• _Task statement_
Look for "IFCSHAPEREPRESENTATION" in the records and copy every line that has it.

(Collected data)
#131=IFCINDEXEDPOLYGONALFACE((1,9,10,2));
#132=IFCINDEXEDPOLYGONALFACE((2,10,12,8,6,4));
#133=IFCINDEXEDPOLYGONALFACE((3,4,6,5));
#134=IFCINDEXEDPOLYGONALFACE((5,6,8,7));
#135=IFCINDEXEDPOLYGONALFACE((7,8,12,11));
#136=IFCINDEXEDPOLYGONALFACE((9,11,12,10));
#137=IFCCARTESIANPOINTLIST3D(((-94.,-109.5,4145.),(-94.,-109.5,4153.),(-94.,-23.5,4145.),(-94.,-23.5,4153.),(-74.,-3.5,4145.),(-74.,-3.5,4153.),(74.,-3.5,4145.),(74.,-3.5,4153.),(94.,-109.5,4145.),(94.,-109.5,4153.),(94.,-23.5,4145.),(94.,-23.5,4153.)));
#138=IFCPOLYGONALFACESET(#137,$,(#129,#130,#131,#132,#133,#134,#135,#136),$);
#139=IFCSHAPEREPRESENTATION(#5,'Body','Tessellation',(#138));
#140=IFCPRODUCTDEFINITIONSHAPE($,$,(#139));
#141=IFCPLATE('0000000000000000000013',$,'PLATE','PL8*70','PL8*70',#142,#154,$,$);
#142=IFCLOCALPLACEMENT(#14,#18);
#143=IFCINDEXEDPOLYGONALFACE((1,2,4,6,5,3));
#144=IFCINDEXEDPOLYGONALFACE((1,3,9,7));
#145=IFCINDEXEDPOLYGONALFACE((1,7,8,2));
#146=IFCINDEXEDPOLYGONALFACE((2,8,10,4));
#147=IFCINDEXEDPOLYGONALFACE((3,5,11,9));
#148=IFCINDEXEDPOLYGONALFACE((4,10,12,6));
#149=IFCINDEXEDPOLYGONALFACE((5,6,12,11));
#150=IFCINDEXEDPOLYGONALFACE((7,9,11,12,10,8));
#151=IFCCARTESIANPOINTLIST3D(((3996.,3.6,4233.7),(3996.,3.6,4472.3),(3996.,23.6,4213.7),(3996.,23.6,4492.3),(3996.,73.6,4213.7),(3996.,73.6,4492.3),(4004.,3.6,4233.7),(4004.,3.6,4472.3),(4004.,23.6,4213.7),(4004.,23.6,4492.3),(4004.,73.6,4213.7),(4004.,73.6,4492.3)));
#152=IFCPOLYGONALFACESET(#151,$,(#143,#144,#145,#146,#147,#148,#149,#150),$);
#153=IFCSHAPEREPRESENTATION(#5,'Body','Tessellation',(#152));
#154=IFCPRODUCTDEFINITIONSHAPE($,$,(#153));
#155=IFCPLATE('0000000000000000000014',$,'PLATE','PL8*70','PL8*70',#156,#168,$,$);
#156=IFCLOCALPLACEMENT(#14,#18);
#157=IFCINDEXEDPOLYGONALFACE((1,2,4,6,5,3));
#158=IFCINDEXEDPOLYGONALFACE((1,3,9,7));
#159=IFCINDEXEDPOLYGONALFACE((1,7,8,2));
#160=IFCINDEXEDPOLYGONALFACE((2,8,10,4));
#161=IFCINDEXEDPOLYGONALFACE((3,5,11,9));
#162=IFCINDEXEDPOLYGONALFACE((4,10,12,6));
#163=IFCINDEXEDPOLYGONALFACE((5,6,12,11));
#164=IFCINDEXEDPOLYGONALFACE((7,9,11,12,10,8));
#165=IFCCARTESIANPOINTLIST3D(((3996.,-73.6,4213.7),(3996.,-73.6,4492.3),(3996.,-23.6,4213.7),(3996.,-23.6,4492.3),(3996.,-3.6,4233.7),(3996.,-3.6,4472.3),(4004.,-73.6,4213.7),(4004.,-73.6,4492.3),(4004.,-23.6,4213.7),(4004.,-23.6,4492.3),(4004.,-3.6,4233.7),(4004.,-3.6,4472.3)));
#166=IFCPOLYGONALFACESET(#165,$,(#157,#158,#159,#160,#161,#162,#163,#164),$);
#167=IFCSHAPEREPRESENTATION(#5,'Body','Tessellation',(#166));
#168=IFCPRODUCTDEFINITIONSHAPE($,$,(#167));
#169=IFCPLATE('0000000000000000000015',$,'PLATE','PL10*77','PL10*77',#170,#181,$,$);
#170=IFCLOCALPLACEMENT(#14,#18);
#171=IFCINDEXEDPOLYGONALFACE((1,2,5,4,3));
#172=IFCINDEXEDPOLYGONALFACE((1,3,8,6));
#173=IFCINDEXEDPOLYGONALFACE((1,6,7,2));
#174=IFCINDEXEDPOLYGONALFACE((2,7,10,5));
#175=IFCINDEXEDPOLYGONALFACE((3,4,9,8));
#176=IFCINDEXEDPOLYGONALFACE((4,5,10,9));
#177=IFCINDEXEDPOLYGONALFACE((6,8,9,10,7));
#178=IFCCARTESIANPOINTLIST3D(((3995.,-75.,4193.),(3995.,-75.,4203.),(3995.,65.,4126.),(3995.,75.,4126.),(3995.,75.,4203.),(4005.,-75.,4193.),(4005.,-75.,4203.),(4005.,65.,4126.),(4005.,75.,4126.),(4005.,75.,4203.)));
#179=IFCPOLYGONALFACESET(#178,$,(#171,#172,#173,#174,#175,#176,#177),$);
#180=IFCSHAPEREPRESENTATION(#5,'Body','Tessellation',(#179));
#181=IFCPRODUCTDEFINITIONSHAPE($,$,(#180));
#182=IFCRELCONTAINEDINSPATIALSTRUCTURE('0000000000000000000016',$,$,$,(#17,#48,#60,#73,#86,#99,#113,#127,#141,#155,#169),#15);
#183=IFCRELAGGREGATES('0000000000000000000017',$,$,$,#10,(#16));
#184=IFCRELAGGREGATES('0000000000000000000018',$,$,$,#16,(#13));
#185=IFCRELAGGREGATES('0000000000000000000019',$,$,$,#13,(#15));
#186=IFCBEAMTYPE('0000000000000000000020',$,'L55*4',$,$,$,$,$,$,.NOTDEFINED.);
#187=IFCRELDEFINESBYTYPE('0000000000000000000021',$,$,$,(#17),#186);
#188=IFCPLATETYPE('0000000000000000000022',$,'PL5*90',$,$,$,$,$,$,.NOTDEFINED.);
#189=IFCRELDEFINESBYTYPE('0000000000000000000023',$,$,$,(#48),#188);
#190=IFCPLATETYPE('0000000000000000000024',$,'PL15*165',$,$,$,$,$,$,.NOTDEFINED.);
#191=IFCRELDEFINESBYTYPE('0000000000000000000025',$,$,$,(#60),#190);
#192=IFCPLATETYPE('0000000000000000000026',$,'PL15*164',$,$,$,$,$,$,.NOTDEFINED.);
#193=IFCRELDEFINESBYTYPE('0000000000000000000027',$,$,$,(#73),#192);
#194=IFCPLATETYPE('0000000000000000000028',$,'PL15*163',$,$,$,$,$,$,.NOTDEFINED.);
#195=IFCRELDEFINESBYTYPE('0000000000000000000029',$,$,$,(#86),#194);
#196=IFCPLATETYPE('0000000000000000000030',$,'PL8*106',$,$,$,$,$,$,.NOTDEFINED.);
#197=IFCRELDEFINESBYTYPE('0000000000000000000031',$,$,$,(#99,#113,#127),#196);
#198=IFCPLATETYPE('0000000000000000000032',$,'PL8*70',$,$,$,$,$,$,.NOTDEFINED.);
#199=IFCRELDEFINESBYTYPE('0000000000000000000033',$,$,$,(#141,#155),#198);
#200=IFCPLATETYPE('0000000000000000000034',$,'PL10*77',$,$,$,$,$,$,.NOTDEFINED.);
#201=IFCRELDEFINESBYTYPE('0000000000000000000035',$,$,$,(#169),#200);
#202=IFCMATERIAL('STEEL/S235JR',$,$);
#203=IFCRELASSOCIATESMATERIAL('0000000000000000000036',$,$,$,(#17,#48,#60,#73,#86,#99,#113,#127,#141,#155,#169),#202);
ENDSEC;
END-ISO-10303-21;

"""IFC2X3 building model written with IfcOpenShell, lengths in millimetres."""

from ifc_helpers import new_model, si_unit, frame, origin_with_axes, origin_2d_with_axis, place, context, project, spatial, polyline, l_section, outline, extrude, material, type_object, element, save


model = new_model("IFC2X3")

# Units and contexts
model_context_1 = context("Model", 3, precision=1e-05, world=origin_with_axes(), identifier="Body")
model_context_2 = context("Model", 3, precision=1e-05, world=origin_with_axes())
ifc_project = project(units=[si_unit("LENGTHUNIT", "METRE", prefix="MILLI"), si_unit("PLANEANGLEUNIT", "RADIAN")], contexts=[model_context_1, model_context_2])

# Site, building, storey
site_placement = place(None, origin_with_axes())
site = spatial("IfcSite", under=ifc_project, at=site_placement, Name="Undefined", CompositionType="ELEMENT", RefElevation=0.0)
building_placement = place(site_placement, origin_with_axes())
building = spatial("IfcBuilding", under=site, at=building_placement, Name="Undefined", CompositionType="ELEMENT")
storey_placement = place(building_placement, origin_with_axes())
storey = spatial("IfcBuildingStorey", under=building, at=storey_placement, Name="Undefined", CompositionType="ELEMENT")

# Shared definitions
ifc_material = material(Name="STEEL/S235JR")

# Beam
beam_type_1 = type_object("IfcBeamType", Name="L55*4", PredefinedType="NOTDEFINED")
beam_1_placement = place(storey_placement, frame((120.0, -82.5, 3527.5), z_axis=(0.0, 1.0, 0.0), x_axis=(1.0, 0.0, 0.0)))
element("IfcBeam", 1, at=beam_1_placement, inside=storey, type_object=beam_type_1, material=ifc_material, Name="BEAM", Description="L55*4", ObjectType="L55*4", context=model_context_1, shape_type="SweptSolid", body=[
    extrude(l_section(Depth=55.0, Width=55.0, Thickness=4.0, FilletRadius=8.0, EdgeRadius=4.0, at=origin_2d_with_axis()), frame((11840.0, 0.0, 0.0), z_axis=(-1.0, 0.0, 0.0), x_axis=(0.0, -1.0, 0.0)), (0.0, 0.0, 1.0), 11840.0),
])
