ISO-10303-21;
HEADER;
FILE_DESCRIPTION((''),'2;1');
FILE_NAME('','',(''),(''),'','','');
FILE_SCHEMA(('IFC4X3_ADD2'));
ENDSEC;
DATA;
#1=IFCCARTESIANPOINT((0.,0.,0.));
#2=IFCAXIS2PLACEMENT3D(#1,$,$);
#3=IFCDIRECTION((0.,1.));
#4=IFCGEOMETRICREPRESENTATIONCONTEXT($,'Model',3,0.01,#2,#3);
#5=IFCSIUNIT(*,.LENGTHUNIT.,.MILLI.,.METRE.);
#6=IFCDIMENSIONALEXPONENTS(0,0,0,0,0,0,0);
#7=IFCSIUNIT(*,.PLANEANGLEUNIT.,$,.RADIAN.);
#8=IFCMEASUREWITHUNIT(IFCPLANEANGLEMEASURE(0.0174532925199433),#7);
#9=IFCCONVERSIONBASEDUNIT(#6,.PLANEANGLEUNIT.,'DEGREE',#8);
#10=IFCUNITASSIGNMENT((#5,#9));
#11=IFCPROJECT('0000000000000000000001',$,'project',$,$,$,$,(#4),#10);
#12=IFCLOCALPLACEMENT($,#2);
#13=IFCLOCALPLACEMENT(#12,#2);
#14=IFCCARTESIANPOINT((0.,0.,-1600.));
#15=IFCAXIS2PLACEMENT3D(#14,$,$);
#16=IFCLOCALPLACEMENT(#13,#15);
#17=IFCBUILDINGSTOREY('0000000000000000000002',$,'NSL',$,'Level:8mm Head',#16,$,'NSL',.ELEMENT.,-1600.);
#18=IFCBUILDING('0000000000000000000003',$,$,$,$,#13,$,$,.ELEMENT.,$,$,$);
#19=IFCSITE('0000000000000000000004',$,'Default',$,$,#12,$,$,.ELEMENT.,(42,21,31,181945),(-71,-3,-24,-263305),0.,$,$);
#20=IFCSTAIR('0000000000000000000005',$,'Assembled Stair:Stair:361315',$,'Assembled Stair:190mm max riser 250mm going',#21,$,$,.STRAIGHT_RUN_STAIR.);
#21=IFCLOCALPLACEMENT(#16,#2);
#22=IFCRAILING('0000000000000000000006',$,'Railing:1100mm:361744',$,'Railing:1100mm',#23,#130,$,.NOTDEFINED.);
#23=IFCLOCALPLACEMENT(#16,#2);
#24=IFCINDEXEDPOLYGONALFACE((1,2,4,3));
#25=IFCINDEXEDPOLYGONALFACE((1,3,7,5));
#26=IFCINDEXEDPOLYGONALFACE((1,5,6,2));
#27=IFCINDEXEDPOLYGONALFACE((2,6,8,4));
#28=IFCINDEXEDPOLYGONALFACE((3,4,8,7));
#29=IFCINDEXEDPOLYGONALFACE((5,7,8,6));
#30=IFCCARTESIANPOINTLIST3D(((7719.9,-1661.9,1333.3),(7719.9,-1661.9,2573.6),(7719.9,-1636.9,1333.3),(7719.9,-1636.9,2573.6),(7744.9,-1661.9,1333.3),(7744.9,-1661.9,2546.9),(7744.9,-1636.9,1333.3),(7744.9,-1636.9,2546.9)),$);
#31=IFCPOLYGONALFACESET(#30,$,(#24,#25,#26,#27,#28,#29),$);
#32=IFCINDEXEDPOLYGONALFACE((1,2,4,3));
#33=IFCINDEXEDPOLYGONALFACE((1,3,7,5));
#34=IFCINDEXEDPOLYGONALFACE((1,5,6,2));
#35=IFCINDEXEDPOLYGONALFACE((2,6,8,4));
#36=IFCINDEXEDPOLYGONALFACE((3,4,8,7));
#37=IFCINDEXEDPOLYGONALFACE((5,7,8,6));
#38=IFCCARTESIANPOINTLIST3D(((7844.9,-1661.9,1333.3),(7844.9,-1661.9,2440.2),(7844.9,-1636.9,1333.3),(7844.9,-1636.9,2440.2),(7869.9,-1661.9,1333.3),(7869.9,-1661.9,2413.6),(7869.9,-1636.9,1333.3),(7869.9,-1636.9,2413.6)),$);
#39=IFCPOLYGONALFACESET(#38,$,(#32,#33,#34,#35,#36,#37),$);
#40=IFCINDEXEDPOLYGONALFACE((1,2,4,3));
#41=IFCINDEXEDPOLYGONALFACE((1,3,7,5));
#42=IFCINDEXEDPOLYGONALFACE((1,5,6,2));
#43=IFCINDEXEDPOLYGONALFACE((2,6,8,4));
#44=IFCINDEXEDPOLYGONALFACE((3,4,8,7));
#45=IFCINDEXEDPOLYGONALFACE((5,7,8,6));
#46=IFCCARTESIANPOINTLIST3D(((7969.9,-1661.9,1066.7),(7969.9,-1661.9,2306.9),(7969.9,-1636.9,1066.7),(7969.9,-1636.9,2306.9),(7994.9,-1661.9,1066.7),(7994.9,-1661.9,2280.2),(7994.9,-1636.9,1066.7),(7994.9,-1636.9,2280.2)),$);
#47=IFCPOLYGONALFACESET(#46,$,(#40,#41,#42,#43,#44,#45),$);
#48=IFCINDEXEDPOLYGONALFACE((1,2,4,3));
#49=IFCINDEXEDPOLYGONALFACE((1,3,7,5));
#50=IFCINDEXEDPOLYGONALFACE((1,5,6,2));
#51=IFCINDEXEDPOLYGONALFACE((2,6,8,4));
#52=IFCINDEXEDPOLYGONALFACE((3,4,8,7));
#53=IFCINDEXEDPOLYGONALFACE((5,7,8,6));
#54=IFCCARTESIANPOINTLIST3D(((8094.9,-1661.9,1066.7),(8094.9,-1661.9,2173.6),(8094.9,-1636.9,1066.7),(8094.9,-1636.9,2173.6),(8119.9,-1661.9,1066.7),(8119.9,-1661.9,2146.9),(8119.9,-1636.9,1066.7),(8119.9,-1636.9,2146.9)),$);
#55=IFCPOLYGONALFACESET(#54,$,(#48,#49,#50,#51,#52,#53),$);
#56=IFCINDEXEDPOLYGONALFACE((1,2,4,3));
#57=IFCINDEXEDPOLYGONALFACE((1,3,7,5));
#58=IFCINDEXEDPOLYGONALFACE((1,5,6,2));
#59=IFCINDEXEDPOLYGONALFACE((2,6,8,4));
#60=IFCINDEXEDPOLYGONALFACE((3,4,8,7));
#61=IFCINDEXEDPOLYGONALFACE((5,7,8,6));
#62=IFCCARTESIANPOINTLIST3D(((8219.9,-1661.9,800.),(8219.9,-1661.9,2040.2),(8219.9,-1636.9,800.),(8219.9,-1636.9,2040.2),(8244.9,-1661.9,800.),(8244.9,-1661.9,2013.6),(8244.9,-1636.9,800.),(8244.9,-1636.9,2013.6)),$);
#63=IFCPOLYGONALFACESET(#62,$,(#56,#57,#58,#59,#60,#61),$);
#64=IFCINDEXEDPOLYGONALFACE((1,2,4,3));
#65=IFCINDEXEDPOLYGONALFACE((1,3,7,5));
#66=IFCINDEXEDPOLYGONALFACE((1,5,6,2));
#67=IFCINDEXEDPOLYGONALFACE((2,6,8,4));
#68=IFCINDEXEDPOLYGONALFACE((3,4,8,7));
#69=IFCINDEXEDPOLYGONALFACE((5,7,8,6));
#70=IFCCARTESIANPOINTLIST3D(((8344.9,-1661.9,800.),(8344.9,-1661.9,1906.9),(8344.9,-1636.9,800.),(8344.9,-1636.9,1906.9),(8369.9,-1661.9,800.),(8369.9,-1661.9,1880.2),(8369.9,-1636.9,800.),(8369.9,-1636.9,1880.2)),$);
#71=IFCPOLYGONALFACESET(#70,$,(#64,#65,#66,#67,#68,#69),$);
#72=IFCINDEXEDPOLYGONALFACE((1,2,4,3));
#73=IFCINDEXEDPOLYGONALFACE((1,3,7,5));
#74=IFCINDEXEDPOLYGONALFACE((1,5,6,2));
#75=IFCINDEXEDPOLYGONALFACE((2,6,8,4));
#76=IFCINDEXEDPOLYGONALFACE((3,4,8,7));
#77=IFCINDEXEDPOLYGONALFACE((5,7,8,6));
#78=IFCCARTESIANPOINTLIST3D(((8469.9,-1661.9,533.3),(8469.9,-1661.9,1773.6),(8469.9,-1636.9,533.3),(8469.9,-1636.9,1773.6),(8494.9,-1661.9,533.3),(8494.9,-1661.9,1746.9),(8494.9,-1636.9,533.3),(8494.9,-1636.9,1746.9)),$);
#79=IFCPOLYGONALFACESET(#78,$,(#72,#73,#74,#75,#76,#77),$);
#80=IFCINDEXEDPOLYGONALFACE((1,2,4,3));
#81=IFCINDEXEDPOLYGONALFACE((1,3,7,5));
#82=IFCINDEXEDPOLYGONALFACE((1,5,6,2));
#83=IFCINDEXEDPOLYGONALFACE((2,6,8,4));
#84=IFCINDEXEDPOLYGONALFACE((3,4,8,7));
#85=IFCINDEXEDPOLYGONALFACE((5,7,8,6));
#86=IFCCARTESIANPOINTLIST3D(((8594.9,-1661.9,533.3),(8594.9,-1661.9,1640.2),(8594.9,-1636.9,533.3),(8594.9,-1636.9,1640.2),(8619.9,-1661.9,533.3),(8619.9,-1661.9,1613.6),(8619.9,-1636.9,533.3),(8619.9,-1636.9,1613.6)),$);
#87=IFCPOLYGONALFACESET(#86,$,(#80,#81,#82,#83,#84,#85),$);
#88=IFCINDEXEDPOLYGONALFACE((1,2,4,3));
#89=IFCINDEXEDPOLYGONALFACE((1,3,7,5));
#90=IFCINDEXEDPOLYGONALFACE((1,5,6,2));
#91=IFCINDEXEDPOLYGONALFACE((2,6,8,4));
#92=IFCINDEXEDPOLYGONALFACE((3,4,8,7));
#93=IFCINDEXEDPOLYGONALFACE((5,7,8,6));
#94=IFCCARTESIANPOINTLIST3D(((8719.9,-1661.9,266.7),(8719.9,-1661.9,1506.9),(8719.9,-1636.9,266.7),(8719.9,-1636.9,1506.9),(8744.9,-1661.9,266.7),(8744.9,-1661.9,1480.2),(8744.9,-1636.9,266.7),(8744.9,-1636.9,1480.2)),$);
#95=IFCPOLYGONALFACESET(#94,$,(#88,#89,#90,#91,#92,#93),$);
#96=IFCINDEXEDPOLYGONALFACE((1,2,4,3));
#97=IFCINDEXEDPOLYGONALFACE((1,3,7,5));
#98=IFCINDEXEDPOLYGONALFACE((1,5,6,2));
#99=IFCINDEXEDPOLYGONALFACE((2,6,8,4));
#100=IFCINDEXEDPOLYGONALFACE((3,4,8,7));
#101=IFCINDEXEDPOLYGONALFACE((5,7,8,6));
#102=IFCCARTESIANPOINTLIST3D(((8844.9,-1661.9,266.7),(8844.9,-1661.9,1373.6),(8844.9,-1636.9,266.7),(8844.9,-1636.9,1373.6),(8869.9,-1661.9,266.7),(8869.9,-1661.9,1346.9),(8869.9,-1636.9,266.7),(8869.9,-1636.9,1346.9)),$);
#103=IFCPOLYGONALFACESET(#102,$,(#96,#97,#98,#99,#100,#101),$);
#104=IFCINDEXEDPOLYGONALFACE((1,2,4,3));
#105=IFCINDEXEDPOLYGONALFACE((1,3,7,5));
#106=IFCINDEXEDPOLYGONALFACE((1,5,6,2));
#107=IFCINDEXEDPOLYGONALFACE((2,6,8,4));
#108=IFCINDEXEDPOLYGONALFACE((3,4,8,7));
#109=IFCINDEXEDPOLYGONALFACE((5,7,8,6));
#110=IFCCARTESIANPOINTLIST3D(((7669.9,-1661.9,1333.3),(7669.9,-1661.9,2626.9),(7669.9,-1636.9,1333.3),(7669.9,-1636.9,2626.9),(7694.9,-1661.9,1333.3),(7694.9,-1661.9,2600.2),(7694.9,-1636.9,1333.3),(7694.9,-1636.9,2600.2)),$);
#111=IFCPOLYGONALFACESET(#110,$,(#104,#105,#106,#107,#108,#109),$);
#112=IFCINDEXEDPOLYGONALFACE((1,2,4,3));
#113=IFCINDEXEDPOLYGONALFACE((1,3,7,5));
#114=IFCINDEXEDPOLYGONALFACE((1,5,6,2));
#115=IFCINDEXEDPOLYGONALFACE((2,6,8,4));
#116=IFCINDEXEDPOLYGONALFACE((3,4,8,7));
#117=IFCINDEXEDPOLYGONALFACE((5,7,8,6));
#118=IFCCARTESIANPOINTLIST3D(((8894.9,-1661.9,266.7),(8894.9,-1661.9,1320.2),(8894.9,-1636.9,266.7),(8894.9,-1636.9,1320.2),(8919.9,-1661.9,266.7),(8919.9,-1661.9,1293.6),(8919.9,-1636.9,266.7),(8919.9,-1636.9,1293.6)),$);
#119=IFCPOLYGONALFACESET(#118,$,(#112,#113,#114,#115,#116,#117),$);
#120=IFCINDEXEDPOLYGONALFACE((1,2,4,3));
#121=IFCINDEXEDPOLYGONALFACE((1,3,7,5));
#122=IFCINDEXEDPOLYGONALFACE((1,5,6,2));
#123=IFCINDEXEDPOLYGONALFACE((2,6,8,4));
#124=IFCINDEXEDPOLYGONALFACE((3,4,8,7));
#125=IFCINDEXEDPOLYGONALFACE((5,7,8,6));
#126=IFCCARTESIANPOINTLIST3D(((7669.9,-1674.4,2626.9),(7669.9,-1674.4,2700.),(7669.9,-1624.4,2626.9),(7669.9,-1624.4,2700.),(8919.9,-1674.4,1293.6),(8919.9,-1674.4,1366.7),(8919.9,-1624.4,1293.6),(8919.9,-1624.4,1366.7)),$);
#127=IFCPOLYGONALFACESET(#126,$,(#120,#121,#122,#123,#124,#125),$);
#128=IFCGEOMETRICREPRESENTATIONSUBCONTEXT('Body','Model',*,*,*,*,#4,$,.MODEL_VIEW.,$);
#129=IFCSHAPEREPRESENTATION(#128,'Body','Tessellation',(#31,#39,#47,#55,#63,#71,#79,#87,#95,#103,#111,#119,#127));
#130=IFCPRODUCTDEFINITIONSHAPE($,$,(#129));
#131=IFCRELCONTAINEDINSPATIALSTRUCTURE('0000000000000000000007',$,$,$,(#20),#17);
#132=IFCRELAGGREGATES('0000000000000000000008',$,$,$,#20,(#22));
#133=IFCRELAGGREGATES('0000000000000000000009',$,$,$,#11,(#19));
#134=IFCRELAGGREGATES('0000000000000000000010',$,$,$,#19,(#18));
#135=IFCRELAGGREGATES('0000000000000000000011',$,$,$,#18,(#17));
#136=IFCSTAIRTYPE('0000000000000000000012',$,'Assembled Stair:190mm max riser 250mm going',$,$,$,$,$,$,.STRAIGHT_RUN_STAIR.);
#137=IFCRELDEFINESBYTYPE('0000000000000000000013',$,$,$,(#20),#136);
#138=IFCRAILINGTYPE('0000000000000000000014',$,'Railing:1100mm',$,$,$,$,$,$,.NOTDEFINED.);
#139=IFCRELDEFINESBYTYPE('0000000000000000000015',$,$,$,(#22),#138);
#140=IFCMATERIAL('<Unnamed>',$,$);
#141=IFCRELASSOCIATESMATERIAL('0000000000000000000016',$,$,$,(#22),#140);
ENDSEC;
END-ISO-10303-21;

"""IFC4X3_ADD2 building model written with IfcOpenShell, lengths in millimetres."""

from ifc_helpers import new_model, entity, si_unit, converted_unit, direction, frame, origin, place, context, subcontext, project, spatial, polyline, outline, extrude, material, type_object, element, aggregate, save


model = new_model("IFC4X3_ADD2")

# Units and contexts
model_context = context("Model", 3, precision=0.01, world=origin(), true_north=direction((0.0, 1.0)))
body_context = subcontext(model_context, "Body", "Model", "MODEL_VIEW")
ifc_project = project(units=[si_unit("LENGTHUNIT", "METRE", prefix="MILLI"), converted_unit("PLANEANGLEUNIT", "DEGREE", entity("IfcPlaneAngleMeasure", 0.0174532925199433), si_unit("PLANEANGLEUNIT", "RADIAN"), dimensions=[0, 0, 0, 0, 0, 0, 0])], contexts=[model_context])

# Site, building, storey
site_placement = place(None, origin())
site = spatial("IfcSite", under=ifc_project, at=site_placement, Name="Default", CompositionType="ELEMENT", RefLatitude=(42, 21, 31, 181945), RefLongitude=(-71, -3, -24, -263305), RefElevation=0.0)
building_placement = place(site_placement, origin())
building = spatial("IfcBuilding", under=site, at=building_placement, CompositionType="ELEMENT")
storey_placement = place(building_placement, frame((0.0, 0.0, -1600.0)))
storey = spatial("IfcBuildingStorey", under=building, at=storey_placement, Name="NSL", ObjectType="Level:8mm Head", LongName="NSL", CompositionType="ELEMENT", Elevation=-1600.0)

# Stair
stair_type = type_object("IfcStairType", Name="Assembled Stair:190mm max riser 250mm going", PredefinedType="STRAIGHT_RUN_STAIR")
stair_placement = place(storey_placement, origin())
stair = element("IfcStair", 1, at=stair_placement, inside=storey, type_object=stair_type, Name="Assembled Stair:Stair:361315", ObjectType="Assembled Stair:190mm max riser 250mm going", PredefinedType="STRAIGHT_RUN_STAIR")
ifc_material_1 = material(Name="<Unnamed>")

• _Response for this exercise_
#139=IFCSHAPEREPRESENTATION(#5,'Body','Tessellation',(#138));
#153=IFCSHAPEREPRESENTATION(#5,'Body','Tessellation',(#152));
#167=IFCSHAPEREPRESENTATION(#5,'Body','Tessellation',(#166));
#180=IFCSHAPEREPRESENTATION(#5,'Body','Tessellation',(#179));
#129=IFCSHAPEREPRESENTATION(#128,'Body','Tessellation',(#31,#39,#47,#55,#63,#71,#79,#87,#95,#103,#111,#119,#127));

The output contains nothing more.